# Zenith Tutorial

Tutorial lengkap cara menggunakan Zenith ML Optimization Framework.

**Chapters:**
1. Getting Started
2. Basics
3. Quantization
4. QAT Training
5. PyTorch Integration
6. Triton Deployment
7. Autotuner

---
## Chapter 1: Getting Started

In [None]:
# 1.1 Install Zenith
!rm -rf ZENITH 2>/dev/null
!git clone https://github.com/vibeswithkk/ZENITH.git
%cd ZENITH
!pip install -q -e .

In [None]:
# 1.2 Verify Installation
import zenith
print(f"Zenith Version: {zenith.__version__}")

In [None]:
# 1.3 Check Backends
from zenith import backends

print(f"CPU Available: {backends.is_cpu_available()}")
print(f"CUDA Available: {backends.is_cuda_available()}")

---
## Chapter 2: Basics

In [None]:
# 2.1 Import Modules
import zenith
from zenith import backends
from zenith.optimization.qat import FakeQuantize, QATConfig
from zenith.serving.triton_client import MockTritonClient

print("All imports successful!")

In [None]:
# 2.2 Get Available Backends
print(backends.get_available_backends())

---
## Chapter 3: Quantization

In [None]:
# 3.1 Create FakeQuantize
from zenith.optimization.qat import FakeQuantize

fq = FakeQuantize(num_bits=8, symmetric=True)
print(f"Created FakeQuantize: {fq.num_bits}-bit")

In [None]:
# 3.2 Observe Data
import numpy as np

data = np.random.randn(100).astype(np.float32)
fq.observe(data)
print("Data observed for calibration")

In [None]:
# 3.3 Apply Quantization
quantized = fq.forward(data)

error = np.mean(np.abs(data - quantized))
print(f"Mean Quantization Error: {error:.6f}")

In [None]:
# 3.4 Get Quantization Parameters
params = fq.get_quantization_params()
print(f"Scale: {params.scale}")
print(f"Zero Point: {params.zero_point}")

---
## Chapter 4: QAT Training

In [None]:
# 4.1 QAT Config
from zenith.optimization.qat import QATConfig

config = QATConfig(
    weight_bits=8,
    activation_bits=8,
    symmetric_weights=True,
    per_channel_weights=True
)
print(f"Weight bits: {config.weight_bits}")
print(f"Activation bits: {config.activation_bits}")

In [None]:
# 4.2 Prepare Model for QAT
from zenith.optimization.qat import prepare_model_for_qat

layer_names = ['fc1', 'fc2', 'fc3']
trainer = prepare_model_for_qat(layer_names, config)
print(f"QAT Trainer created with {len(trainer.modules)} modules")

In [None]:
# 4.3 BatchNorm Folding
from zenith.optimization.qat import fold_bn_into_conv

weight = np.random.randn(4, 3, 3, 3).astype(np.float32)
bias = np.random.randn(4).astype(np.float32)
bn_mean = np.random.randn(4).astype(np.float32)
bn_var = np.abs(np.random.randn(4)) + 0.1
bn_gamma = np.random.randn(4).astype(np.float32)
bn_beta = np.random.randn(4).astype(np.float32)

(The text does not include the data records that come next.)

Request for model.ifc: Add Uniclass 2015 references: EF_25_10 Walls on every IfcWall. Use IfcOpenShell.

First a look at what the model holds.

```python
import ifcopenshell

model = ifcopenshell.open("model.ifc")
print(model.schema)
print("classifications:", [c.Name for c in model.by_type("IfcClassification")])
for ifc_class in ("IfcDoor", "IfcRoof", "IfcStair", "IfcWall", "IfcWindow"):
    print(ifc_class, len(model.by_type(ifc_class)))
```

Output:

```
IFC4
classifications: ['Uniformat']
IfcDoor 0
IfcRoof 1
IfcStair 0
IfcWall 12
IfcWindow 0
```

```python
import ifcopenshell
import ifcopenshell.api.classification

model = ifcopenshell.open("model.ifc")

system = ifcopenshell.api.classification.add_classification(model, classification="Uniclass 2015")

codes = {
    "IfcWall": ("EF_25_10", "Walls"),
}
for ifc_class, (code, name) in codes.items():
    products = model.by_type(ifc_class)
    ifcopenshell.api.classification.add_reference(
        model, products=products, classification=system, identification=code, name=name
    )
    print(code, len(products))

model.write("model_edited.ifc")
```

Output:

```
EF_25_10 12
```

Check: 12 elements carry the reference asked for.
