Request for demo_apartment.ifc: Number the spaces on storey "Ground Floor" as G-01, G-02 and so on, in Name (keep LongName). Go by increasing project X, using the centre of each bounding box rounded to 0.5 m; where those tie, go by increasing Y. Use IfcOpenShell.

First a look at what the model holds.

```python
import ifcopenshell
import ifcopenshell.util.element
import ifcopenshell.util.placement

model = ifcopenshell.open("demo_apartment.ifc")
print(model.schema)
storey = next(s for s in model.by_type("IfcBuildingStorey") if s.Name == "Ground Floor")
spaces = [e for e in ifcopenshell.util.element.get_decomposition(storey) if e.is_a("IfcSpace")]
for e in sorted(spaces, key=lambda e: e.id()):
    origin = ifcopenshell.util.placement.get_local_placement(e.ObjectPlacement)[:3, 3]
    print(e.id(), e.Name, e.LongName, origin.round(2) + 0.0, sep=" | ")
```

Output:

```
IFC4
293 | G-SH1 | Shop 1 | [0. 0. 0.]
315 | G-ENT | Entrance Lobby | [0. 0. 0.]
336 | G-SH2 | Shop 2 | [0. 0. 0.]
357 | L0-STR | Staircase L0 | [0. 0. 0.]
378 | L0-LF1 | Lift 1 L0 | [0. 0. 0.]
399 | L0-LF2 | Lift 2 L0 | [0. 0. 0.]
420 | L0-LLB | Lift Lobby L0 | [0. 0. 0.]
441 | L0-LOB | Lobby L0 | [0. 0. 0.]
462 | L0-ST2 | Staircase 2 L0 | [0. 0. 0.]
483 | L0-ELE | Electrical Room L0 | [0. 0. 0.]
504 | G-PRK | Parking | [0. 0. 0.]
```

```python
import ifcopenshell
import ifcopenshell.geom
import ifcopenshell.util.element
import ifcopenshell.util.shape

model = ifcopenshell.open("demo_apartment.ifc")
settings = ifcopenshell.geom.settings()
settings.set("use-world-coords", True)


def centre(element):
    shape = ifcopenshell.geom.create_shape(settings, element)
    return ifcopenshell.util.shape.get_bbox_centroid(shape.geometry)


storey = next(s for s in model.by_type("IfcBuildingStorey") if s.Name == "Ground Floor")
spaces = [e for e in ifcopenshell.util.element.get_decomposition(storey) if e.is_a("IfcSpace")]

# Insertion points can sit at a corner or the storey origin, so sort by the geometry (in metres).
centres = {e: centre(e) for e in spaces}
spaces.sort(key=lambda e: (round(centres[e][0] / 0.5), centres[e][1]))

for i, e in enumerate(spaces, start=1):
    number = f"G-{i:02d}"
    e.Name = number
    print(e.id(), number)

model.write("demo_apartment-out.ifc")
```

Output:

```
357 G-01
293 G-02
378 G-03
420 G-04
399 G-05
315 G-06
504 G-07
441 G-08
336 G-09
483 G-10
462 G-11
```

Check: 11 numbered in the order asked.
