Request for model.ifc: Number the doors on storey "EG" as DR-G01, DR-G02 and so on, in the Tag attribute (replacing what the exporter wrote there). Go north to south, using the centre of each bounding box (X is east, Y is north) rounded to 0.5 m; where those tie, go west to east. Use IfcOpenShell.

First a look at what the model holds.

```python
import ifcopenshell
import ifcopenshell.util.element
import ifcopenshell.util.placement

model = ifcopenshell.open("model.ifc")
print(model.schema)
storey = next(s for s in model.by_type("IfcBuildingStorey") if s.Name == "EG")
doors = [e for e in ifcopenshell.util.element.get_decomposition(storey) if e.is_a("IfcDoor")]
for e in sorted(doors, key=lambda e: e.id()):
    origin = ifcopenshell.util.placement.get_local_placement(e.ObjectPlacement)[:3, 3]
    print(e.id(), e.Tag, e.Name, origin.round(2) + 0.0, sep=" | ")
```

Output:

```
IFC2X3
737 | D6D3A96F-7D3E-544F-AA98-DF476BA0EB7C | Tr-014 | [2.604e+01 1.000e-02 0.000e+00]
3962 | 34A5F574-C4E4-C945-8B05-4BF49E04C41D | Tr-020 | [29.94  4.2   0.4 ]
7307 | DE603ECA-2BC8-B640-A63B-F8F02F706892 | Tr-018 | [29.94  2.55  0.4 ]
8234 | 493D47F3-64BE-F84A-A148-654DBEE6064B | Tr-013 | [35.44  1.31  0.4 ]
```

```python
import ifcopenshell
import ifcopenshell.geom
import ifcopenshell.util.element
import ifcopenshell.util.shape

model = ifcopenshell.open("model.ifc")
settings = ifcopenshell.geom.settings()
settings.set("use-world-coords", True)


def centre(element):
    shape = ifcopenshell.geom.create_shape(settings, element)
    return ifcopenshell.util.shape.get_bbox_centroid(shape.geometry)


storey = next(s for s in model.by_type("IfcBuildingStorey") if s.Name == "EG")
doors = [e for e in ifcopenshell.util.element.get_decomposition(storey) if e.is_a("IfcDoor")]

# Insertion points can sit at a corner or the storey origin, so sort by the geometry (in metres).
centres = {e: centre(e) for e in doors}
doors.sort(key=lambda e: (-round(centres[e][1] / 0.5), centres[e][0]))

for i, e in enumerate(doors, start=1):
    number = f"DR-G{i:02d}"
    e.Tag = number
    print(e.id(), number)

model.write("model_v2.ifc")
```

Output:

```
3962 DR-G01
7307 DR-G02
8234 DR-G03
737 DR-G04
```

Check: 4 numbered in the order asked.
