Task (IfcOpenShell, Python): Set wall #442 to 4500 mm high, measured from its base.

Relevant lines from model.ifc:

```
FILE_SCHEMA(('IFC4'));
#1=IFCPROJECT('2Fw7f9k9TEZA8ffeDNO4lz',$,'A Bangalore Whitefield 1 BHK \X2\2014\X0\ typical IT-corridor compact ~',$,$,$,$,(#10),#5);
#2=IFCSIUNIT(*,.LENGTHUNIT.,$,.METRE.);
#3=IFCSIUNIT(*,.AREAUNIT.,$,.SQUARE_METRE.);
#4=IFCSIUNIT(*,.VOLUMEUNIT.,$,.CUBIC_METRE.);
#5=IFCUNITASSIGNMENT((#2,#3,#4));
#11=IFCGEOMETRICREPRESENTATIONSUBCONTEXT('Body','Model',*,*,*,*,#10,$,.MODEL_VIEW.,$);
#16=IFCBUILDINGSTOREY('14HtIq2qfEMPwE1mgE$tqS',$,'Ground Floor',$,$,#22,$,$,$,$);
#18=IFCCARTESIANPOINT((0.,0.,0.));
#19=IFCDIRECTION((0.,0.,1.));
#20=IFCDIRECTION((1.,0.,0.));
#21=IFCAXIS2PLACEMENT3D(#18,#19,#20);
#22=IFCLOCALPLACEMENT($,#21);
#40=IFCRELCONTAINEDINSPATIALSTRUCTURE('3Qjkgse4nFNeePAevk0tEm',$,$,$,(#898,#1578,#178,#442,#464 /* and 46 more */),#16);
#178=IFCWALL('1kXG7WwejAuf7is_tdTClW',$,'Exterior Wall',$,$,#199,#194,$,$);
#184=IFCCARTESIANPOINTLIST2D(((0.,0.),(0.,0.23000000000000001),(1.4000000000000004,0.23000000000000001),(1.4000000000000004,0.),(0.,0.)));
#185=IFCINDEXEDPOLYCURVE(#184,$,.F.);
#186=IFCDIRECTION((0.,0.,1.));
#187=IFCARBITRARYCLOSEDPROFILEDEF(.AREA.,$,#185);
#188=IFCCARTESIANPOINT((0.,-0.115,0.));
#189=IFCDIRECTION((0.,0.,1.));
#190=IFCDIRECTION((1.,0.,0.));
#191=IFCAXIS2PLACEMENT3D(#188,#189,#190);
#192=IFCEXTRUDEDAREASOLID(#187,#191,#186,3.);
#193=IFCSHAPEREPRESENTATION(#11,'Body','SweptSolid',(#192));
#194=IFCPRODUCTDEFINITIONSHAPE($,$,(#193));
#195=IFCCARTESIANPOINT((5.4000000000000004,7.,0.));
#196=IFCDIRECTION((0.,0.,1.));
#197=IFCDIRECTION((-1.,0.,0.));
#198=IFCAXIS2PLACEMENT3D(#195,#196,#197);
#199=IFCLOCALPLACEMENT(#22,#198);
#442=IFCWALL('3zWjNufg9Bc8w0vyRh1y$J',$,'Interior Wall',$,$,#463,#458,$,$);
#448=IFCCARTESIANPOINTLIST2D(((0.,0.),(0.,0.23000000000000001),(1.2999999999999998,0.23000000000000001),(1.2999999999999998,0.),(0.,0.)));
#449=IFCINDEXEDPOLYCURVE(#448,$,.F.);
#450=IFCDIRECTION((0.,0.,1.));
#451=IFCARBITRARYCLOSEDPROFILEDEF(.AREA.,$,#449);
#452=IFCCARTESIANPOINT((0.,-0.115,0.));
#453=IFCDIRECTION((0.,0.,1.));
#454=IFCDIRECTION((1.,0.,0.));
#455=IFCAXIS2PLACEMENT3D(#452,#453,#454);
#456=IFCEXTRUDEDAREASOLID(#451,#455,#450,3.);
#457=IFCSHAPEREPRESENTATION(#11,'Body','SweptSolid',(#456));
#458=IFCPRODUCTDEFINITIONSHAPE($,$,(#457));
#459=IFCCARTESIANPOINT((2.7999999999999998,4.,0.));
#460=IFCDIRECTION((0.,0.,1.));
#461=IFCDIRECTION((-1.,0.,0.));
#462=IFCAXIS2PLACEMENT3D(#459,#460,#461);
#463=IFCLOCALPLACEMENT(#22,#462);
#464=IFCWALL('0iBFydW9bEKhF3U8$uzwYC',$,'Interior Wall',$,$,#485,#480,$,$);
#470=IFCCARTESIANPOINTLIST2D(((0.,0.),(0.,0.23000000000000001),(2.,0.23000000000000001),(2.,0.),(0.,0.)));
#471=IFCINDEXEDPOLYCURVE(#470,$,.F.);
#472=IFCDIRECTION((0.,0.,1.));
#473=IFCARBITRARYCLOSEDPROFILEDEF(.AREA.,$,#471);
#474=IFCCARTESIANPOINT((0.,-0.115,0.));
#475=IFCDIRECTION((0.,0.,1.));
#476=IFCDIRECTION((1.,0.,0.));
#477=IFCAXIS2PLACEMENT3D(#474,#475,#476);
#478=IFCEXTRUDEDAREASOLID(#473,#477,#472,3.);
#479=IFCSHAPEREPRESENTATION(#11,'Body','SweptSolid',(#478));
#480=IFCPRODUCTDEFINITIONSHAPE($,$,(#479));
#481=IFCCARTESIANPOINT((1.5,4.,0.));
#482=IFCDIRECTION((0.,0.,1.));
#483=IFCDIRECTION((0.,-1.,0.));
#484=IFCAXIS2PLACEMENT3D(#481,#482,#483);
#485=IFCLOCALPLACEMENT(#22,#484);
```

```python
import ifcopenshell
import ifcopenshell.geom
import ifcopenshell.util.representation
import ifcopenshell.util.shape
import ifcopenshell.util.unit

model = ifcopenshell.open("model.ifc")
unit_scale = ifcopenshell.util.unit.calculate_unit_scale(model)
settings = ifcopenshell.geom.settings()


def volume(element):
    """Net volume in cubic metres, openings subtracted."""
    shape = ifcopenshell.geom.create_shape(settings, element)
    return ifcopenshell.util.shape.get_volume(shape.geometry)


wall = model.by_guid("3zWjNufg9Bc8w0vyRh1y$J")
before = volume(wall)

body = ifcopenshell.util.representation.get_representation(wall, "Model", "Body")
solid = body.Items[0]
old_height = solid.Depth
solid.Depth = 4.5 / unit_scale
after = volume(wall)

print(f"height {old_height:g} -> {solid.Depth:g}, volume {before:.3f} -> {after:.3f} m3")

model.write("model_v2.ifc")
```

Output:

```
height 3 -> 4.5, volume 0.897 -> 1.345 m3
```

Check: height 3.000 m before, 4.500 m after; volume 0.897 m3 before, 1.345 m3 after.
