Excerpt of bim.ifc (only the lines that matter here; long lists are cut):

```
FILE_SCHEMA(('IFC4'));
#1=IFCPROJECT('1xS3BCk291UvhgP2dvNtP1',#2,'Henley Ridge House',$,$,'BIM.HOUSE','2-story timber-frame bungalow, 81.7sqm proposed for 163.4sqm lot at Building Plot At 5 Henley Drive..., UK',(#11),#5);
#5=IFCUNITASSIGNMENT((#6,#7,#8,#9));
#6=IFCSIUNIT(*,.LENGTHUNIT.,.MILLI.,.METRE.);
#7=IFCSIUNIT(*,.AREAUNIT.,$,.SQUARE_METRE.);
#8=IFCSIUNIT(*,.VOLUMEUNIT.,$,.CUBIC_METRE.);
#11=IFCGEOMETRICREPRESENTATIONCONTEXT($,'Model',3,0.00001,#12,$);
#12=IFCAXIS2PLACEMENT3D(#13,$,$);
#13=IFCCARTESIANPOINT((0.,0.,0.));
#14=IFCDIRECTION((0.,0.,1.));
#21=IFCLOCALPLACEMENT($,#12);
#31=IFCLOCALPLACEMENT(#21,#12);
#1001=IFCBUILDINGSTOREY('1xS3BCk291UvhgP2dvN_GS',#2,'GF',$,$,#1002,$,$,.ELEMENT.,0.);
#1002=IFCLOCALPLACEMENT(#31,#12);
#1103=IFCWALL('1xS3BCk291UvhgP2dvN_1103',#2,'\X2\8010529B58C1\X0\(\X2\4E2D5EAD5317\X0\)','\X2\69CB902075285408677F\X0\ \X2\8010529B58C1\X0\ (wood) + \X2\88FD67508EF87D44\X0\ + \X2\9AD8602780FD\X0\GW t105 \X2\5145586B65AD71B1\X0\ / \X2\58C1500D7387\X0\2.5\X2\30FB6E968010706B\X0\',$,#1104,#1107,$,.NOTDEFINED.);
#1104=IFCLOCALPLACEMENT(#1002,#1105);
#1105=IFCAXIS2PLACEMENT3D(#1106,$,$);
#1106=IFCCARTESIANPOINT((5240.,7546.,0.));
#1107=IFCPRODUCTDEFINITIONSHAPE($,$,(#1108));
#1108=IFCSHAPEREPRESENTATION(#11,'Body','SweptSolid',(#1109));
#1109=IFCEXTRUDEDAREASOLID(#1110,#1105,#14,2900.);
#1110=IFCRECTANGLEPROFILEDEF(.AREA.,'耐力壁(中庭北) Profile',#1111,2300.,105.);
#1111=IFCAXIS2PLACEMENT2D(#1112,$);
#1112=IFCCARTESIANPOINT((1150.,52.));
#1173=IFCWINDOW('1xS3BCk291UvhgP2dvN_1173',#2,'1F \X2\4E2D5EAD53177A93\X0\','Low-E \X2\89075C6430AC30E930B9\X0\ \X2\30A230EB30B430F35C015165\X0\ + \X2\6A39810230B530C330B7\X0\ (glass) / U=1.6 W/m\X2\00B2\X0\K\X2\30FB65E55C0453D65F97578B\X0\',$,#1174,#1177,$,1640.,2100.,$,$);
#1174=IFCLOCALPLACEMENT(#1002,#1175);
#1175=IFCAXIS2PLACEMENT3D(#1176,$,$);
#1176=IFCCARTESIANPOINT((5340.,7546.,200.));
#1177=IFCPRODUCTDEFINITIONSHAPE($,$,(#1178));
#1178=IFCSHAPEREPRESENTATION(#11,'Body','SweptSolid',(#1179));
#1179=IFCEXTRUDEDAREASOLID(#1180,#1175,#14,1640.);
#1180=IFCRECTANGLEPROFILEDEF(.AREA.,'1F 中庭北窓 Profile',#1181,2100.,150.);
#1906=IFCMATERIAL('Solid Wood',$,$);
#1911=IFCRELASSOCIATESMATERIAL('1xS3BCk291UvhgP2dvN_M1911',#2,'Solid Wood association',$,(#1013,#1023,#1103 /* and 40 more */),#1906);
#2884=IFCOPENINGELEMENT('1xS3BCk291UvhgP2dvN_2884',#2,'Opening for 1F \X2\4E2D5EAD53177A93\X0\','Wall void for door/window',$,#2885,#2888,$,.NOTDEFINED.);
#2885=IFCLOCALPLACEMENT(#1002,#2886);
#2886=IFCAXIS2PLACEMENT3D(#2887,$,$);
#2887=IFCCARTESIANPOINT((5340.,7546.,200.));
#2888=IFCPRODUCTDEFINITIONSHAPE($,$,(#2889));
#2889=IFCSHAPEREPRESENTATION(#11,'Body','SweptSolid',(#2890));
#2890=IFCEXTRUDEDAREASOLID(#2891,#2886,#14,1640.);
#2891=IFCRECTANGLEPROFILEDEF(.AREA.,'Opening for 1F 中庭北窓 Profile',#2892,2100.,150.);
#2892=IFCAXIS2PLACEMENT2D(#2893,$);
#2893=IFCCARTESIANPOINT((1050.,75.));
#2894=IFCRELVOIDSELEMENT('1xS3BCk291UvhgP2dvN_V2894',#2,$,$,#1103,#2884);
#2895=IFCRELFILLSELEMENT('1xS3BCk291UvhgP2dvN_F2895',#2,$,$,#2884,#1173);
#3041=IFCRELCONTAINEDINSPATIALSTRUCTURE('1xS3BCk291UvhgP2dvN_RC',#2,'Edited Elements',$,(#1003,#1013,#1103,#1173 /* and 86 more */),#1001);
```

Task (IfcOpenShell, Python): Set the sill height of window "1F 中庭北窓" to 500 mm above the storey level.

```python
import numpy as np
import ifcopenshell
import ifcopenshell.api.geometry
import ifcopenshell.geom
import ifcopenshell.util.element
import ifcopenshell.util.placement
import ifcopenshell.util.shape
import ifcopenshell.util.unit

model = ifcopenshell.open("bim.ifc")
unit_scale = ifcopenshell.util.unit.calculate_unit_scale(model)

window = model.by_guid("1xS3BCk291UvhgP2dvN_1173")
opening = window.FillsVoids[0].RelatingOpeningElement
storey = ifcopenshell.util.element.get_container(window, ifc_class="IfcBuildingStorey")
level = ifcopenshell.util.placement.get_local_placement(storey.ObjectPlacement)[2, 3]

# The opening's origin need not be at the sill, so measure its lowest point.
shape = ifcopenshell.geom.create_shape(ifcopenshell.geom.settings(), opening)
bottom = ifcopenshell.util.shape.get_shape_bottom_elevation(shape, shape.geometry) / unit_scale
dz = level + 500.0 - bottom

shift = np.array([0.0, 0.0, dz])
# The window is not placed relative to its opening, so move both.
for product in (opening, window):
    matrix = ifcopenshell.util.placement.get_local_placement(product.ObjectPlacement)
    matrix[:3, 3] += shift
    ifcopenshell.api.geometry.edit_object_placement(model, product=product, matrix=matrix, is_si=False)

print(f"moved by {dz * unit_scale:+.3f} m")

model.write("bim_v2.ifc")
```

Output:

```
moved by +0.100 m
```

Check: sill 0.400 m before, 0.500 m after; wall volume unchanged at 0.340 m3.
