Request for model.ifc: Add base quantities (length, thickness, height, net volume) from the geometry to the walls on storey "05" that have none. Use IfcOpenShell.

First a look at what the model holds.

```python
import ifcopenshell
import ifcopenshell.util.element
import ifcopenshell.util.unit

model = ifcopenshell.open("model.ifc")
print(model.schema)
for unit_type in ("LENGTHUNIT", "AREAUNIT", "VOLUMEUNIT"):
    print(unit_type, ifcopenshell.util.unit.calculate_unit_scale(model, unit_type))
storey = next(s for s in model.by_type("IfcBuildingStorey") if s.Name == "05")
walls = [e for e in ifcopenshell.util.element.get_decomposition(storey) if e.is_a("IfcWall")]
for e in sorted(walls, key=lambda e: e.id()):
    print(e.id(), e.is_a(), e.Name, list(ifcopenshell.util.element.get_psets(e, qtos_only=True)), sep=" | ")
```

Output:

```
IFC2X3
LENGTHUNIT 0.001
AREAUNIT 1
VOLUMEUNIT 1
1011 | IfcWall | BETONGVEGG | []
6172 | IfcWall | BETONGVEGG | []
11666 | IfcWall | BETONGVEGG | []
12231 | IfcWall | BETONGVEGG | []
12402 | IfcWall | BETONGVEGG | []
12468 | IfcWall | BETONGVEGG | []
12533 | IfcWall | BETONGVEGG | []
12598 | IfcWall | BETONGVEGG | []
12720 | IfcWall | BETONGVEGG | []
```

```python
import ifcopenshell
import ifcopenshell.api.pset
import ifcopenshell.geom
import ifcopenshell.util.element
import ifcopenshell.util.shape
import ifcopenshell.util.unit

model = ifcopenshell.open("model.ifc")
unit_scale = ifcopenshell.util.unit.calculate_unit_scale(model)
volume_scale = ifcopenshell.util.unit.calculate_unit_scale(model, "VOLUMEUNIT")
settings = ifcopenshell.geom.settings()

storey = next(s for s in model.by_type("IfcBuildingStorey") if s.Name == "05")
walls = [e for e in ifcopenshell.util.element.get_decomposition(storey) if e.is_a("IfcWall")]

for e in sorted(walls, key=lambda e: e.id()):
    if ifcopenshell.util.element.get_psets(e, qtos_only=True, should_inherit=False):
        continue
    # Geometry comes back in metres, in the element's own axes.
    shape = ifcopenshell.geom.create_shape(settings, e)
    values = {
        "Length": ifcopenshell.util.shape.get_x(shape.geometry) / unit_scale,
        "Width": ifcopenshell.util.shape.get_y(shape.geometry) / unit_scale,
        "Height": ifcopenshell.util.shape.get_z(shape.geometry) / unit_scale,
        "NetVolume": ifcopenshell.util.shape.get_volume(shape.geometry) / volume_scale,
    }
    qto = ifcopenshell.api.pset.add_qto(model, product=e, name="BaseQuantities")
    ifcopenshell.api.pset.edit_qto(model, qto=qto, properties=values)
    print(e.id(), {k: round(v, 3) for k, v in values.items()})

model.write("model_edited.ifc")
```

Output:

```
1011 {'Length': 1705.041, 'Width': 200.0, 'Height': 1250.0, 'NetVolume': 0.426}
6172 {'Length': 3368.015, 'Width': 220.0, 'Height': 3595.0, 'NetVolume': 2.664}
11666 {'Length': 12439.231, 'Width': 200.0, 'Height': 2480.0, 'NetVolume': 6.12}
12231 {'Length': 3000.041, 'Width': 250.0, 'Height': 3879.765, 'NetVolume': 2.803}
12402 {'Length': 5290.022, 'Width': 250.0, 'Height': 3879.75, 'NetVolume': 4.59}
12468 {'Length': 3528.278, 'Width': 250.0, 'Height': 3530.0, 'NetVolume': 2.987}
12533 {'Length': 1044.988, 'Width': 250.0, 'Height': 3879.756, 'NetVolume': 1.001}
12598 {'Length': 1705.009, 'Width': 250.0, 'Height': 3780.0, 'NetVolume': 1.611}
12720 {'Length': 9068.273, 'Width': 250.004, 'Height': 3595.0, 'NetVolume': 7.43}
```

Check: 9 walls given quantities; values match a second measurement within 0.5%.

folded_w, folded_b = fold_bn_into_conv(weight, bias, bn_mean, bn_var, bn_gamma, bn_beta)
print(f"Folded weight shape: {folded_w.shape}")

---
## Chapter 5: PyTorch Integration

In [None]:
# 5.1 Create PyTorch Model
import torch
import torch.nn as nn

class SimpleNet(nn.Module):
    def __init__(self):
        super().__init__()
        self.fc1 = nn.Linear(784, 256)
        self.fc2 = nn.Linear(256, 10)
    
    def forward(self, x):
        return self.fc2(torch.relu(self.fc1(x)))

model = SimpleNet()
print(f"Parameters: {sum(p.numel() for p in model.parameters()):,}")

In [None]:
# 5.2 Extract Weights
layer_weights = {
    'fc1': model.fc1.weight.detach().numpy(),
    'fc2': model.fc2.weight.detach().numpy(),
}

fp32_size = sum(w.nbytes for w in layer_weights.values())
print(f"FP32 Size: {fp32_size / 1024:.2f} KB")
print(f"INT8 Size: {fp32_size / 4 / 1024:.2f} KB")
print(f"Reduction: 4.0x")

---
## Chapter 6: Triton Deployment

In [None]:
# 6.1 Create Mock Client
from zenith.serving.triton_client import MockTritonClient, ModelMetadata

client = MockTritonClient("localhost:8000")
print(f"Server Live: {client.is_server_live()}")
print(f"Server Ready: {client.is_server_ready()}")

In [None]:
# 6.2 Register Model
client.register_model(
    "my_model",
    metadata=ModelMetadata(name="my_model", platform="python")
)
print(f"Model Ready: {client.is_model_ready('my_model')}")

In [None]:
# 6.3 Run Inference
from zenith.serving.triton_client import InferenceInput

data = np.array([1.0, 2.0, 3.0]).astype(np.float32)
inputs = [InferenceInput(name="input", data=data)]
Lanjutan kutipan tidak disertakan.